YOUR OBJECTIVE: Copy each line below that has "IFCINDEXEDPOLYCURVE".

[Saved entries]
= = = = =

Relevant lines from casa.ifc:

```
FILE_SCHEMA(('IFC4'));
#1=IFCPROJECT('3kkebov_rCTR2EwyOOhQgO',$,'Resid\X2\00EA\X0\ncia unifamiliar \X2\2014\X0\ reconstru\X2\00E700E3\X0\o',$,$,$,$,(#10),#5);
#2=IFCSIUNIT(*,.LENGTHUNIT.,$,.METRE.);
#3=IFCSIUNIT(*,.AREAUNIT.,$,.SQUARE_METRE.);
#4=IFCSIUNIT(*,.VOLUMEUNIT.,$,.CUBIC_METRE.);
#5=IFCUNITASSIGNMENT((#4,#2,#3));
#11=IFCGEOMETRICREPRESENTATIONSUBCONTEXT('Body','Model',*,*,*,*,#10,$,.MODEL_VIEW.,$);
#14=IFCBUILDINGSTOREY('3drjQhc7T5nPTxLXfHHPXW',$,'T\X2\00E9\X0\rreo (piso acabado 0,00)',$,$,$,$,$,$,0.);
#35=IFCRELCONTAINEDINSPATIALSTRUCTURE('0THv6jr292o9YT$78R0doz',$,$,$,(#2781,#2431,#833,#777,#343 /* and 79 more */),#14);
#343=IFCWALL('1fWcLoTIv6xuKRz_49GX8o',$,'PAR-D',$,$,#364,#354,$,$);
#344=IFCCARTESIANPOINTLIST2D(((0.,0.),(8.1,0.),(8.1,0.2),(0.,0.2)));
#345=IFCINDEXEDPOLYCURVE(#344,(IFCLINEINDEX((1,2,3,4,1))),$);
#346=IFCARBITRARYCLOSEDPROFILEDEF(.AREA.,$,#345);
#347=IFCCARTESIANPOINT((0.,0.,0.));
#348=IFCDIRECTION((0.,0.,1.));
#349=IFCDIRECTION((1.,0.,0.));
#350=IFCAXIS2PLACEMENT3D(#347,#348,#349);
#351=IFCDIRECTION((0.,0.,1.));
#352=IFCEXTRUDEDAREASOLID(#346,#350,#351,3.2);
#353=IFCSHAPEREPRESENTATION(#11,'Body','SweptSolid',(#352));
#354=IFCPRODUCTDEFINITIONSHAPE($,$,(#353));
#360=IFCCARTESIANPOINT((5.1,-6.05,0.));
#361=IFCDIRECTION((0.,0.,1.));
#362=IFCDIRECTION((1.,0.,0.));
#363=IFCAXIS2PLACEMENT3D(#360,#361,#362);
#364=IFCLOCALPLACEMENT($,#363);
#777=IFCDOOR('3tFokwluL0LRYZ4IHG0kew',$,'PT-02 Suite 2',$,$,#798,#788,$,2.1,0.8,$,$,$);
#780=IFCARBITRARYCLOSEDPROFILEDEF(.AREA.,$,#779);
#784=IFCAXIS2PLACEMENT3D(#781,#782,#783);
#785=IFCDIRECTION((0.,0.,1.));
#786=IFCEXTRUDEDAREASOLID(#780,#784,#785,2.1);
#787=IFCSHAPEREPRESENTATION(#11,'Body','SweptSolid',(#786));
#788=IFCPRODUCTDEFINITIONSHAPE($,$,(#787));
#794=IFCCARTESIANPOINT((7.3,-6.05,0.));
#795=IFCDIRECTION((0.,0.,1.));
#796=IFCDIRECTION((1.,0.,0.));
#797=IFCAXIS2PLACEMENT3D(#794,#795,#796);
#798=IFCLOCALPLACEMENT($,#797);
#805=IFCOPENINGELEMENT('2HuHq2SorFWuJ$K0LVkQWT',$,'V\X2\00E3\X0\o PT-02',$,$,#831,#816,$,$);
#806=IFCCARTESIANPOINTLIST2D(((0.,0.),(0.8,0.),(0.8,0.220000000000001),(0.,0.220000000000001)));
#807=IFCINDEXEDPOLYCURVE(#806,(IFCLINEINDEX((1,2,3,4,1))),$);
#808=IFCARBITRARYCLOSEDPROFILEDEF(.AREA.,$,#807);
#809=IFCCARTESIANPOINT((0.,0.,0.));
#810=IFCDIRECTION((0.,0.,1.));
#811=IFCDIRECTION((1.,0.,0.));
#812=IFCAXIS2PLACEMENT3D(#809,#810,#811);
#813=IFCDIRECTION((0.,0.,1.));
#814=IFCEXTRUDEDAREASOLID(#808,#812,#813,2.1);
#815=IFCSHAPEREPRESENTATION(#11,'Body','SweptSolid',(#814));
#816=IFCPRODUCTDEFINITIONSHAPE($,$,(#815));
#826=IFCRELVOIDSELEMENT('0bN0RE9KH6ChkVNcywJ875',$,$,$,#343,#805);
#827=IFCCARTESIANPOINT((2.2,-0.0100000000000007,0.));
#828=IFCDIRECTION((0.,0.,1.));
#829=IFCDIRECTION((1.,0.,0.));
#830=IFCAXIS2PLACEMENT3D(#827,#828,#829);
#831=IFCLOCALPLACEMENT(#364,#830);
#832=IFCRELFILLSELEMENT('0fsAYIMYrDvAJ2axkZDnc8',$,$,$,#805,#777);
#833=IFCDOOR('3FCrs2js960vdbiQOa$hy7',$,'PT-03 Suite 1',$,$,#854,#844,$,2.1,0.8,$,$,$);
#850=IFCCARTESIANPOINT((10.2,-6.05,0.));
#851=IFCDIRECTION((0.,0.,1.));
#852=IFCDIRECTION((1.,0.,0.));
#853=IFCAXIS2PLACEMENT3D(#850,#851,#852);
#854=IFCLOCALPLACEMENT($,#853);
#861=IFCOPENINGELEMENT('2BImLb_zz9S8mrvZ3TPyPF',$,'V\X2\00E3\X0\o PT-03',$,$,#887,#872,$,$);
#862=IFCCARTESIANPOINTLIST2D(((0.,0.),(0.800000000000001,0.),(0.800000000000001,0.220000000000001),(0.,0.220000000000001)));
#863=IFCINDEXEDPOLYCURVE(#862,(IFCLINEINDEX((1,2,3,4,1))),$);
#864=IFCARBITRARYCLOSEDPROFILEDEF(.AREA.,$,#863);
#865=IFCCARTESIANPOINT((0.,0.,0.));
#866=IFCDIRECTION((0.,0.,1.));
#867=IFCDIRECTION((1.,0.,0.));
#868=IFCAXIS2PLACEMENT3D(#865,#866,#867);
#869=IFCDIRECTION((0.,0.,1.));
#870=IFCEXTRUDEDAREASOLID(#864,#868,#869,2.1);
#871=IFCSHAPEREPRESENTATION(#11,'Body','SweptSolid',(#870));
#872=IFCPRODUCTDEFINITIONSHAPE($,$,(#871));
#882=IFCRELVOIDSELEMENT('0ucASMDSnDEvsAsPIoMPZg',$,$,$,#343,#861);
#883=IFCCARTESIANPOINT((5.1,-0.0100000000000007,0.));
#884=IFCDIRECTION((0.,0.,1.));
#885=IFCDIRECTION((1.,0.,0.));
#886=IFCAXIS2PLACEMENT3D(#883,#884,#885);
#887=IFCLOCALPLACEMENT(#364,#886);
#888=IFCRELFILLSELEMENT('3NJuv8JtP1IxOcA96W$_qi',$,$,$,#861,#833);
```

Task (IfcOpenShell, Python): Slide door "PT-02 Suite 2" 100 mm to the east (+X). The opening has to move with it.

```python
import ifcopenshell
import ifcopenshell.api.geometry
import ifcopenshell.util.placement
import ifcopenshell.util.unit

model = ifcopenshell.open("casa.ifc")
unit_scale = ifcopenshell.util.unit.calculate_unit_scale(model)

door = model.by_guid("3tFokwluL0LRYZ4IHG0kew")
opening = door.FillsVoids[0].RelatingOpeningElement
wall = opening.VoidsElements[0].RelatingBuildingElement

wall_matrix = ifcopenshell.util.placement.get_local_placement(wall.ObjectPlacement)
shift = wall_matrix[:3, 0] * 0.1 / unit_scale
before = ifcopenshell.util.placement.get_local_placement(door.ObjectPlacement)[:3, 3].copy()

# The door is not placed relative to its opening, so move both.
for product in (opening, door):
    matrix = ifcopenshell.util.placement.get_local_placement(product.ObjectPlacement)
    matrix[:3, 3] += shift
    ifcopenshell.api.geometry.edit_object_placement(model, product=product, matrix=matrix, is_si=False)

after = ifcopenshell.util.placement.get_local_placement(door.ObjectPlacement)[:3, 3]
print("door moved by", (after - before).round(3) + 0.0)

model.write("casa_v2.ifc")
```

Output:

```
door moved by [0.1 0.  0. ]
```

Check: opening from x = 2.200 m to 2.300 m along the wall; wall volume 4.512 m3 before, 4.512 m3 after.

= = = = =

RESULT FOR THIS EXERCISE:
#345=IFCINDEXEDPOLYCURVE(#344,(IFCLINEINDEX((1,2,3,4,1))),$);
#807=IFCINDEXEDPOLYCURVE(#806,(IFCLINEINDEX((1,2,3,4,1))),$);
#863=IFCINDEXEDPOLYCURVE(#862,(IFCLINEINDEX((1,2,3,4,1))),$);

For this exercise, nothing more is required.